Beyond Viewpoint Generalization: What Multi-View Demonstrations Offer and How to Synthesize Them for Robot Manipulation?

arXiv cs.RO / 3/31/2026

📰 NewsSignals & Early TrendsIdeas & Deep AnalysisModels & Research

Key Points

  • The paper presents a systematic study showing that multi-view demonstrations improve robot manipulation performance and single-view generalization, rather than only boosting cross-view robustness.
  • It finds non-monotonic behavior with respect to view coverage, indicating there are effective “view regimes” where performance gains are maximized.
  • The authors report that multi-view data removes scaling limits seen with single-view datasets, increases performance even after single-view saturation, and reduces overfitting.
  • A mechanistic analysis attributes gains to more manipulation-relevant visual representations, better alignment between the action head and the learned feature distribution, and improved representation learning.
  • To address the scarcity and collection difficulty of additional viewpoints, the paper introduces RoboNVS, a geometry-aware self-supervised approach that synthesizes novel-view videos from monocular inputs and improves downstream policies in both simulation and real-world experiments.

Abstract

Does multi-view demonstration truly improve robot manipulation, or merely enhance cross-view robustness?
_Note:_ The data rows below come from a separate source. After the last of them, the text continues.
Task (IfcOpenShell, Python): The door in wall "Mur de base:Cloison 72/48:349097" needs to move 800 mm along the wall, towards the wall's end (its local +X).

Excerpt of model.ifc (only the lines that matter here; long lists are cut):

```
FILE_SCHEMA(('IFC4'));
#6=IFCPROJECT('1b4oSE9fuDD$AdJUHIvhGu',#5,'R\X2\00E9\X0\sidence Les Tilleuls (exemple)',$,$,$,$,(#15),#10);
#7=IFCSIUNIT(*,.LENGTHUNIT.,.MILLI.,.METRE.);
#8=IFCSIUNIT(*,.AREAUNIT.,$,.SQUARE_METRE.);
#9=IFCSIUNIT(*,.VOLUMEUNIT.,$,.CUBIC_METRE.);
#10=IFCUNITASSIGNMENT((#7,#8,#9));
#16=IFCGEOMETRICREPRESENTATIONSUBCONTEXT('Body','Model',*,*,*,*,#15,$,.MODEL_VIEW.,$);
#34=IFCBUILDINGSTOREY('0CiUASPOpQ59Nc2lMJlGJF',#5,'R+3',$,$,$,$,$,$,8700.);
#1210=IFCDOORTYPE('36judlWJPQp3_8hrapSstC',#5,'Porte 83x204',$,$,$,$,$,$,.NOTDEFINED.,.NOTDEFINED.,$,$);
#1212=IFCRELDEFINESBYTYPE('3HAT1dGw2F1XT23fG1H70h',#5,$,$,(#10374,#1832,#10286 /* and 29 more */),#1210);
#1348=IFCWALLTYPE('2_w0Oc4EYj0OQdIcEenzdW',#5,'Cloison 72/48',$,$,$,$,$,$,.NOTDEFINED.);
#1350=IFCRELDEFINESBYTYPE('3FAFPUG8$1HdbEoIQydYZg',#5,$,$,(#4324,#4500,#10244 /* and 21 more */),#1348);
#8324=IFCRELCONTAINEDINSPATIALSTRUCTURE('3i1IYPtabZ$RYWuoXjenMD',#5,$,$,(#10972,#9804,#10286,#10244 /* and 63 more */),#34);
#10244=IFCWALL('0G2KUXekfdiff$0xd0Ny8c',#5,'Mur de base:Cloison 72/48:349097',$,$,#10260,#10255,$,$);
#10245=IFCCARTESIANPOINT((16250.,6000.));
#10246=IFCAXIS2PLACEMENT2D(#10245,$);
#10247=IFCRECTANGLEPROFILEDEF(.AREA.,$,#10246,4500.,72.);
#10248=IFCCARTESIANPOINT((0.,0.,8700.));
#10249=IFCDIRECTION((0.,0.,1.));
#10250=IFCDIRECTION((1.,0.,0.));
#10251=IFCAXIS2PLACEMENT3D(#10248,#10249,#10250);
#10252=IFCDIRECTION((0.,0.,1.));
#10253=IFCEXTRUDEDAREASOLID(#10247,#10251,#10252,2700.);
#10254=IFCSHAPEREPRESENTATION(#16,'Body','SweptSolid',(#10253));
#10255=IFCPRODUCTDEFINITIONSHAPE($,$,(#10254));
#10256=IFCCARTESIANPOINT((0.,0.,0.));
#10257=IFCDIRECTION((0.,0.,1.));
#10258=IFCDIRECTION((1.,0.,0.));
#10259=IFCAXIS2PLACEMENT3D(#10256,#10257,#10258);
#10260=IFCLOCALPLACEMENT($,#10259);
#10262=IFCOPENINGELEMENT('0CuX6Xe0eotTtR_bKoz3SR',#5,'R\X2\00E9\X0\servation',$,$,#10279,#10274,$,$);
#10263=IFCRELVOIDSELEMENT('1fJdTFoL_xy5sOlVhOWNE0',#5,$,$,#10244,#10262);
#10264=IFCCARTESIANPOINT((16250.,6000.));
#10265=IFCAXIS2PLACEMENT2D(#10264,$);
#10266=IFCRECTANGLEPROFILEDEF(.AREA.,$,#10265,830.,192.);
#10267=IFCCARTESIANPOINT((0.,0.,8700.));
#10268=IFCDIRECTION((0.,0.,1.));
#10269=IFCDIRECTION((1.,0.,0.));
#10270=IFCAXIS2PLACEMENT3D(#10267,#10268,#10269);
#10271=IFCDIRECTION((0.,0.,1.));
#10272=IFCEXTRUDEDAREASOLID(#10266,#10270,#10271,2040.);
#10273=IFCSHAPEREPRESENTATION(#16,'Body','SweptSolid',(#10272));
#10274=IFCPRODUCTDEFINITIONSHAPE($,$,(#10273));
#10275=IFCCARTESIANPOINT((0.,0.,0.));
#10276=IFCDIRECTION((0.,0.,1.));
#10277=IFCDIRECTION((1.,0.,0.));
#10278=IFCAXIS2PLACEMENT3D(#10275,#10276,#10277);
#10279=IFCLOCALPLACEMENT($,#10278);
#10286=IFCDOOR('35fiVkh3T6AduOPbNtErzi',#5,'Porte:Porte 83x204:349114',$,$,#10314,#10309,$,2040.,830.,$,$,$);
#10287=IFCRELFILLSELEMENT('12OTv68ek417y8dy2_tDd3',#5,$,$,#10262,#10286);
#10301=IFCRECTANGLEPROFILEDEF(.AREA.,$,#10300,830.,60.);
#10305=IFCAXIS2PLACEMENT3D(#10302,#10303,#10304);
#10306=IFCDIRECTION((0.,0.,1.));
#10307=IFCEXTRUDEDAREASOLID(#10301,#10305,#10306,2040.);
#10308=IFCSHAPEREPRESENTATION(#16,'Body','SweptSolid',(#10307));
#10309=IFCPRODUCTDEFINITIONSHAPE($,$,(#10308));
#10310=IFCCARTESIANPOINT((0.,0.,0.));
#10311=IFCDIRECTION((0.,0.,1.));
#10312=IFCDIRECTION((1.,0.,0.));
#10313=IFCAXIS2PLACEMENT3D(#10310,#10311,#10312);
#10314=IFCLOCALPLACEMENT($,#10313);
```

```python
import ifcopenshell
import ifcopenshell.api.geometry
import ifcopenshell.util.placement
import ifcopenshell.util.unit

model = ifcopenshell.open("model.ifc")
unit_scale = ifcopenshell.util.unit.calculate_unit_scale(model)

door = model.by_guid("35fiVkh3T6AduOPbNtErzi")
opening = door.FillsVoids[0].RelatingOpeningElement
wall = opening.VoidsElements[0].RelatingBuildingElement

wall_matrix = ifcopenshell.util.placement.get_local_placement(wall.ObjectPlacement)
shift = wall_matrix[:3, 0] * 0.8 / unit_scale
before = ifcopenshell.util.placement.get_local_placement(door.ObjectPlacement)[:3, 3].copy()

# The door is not placed relative to its opening, so move both.
for product in (opening, door):
    matrix = ifcopenshell.util.placement.get_local_placement(product.ObjectPlacement)
    matrix[:3, 3] += shift
    ifcopenshell.api.geometry.edit_object_placement(model, product=product, matrix=matrix, is_si=False)

after = ifcopenshell.util.placement.get_local_placement(door.ObjectPlacement)[:3, 3]
print("door moved by", (after - before).round(3) + 0.0)

model.write("model-out.ifc")
```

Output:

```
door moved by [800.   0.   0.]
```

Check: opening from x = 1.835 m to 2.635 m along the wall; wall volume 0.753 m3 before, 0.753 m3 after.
We present a systematic study quantifying the performance gains, scaling behavior, and underlying mechanisms of multi-view data for robot manipulation. Controlled experiments show that, under both fixed and randomized backgrounds, multi-view demonstrations consistently improve single-view policy success and generalization. Performance varies non-monotonically with view coverage, revealing effective regimes rather than a simple "more is better" trend. Notably, multi-view data breaks the scaling limitation of single-view datasets and continues to raise performance ceilings after saturation. Mechanistic analysis shows that multi-view learning promotes manipulation-relevant visual representations, better aligns the action head with the learned feature distribution, and reduces overfitting. Motivated by the importance of multi-view data and its scarcity in large-scale robotic datasets, as well as the difficulty of collecting additional viewpoints in real world settings, we propose RoboNVS, a geometry-aware self-supervised framework that synthesizes novel-view videos from monocular inputs. The generated data consistently improves downstream policies in both simulation and real-world environments.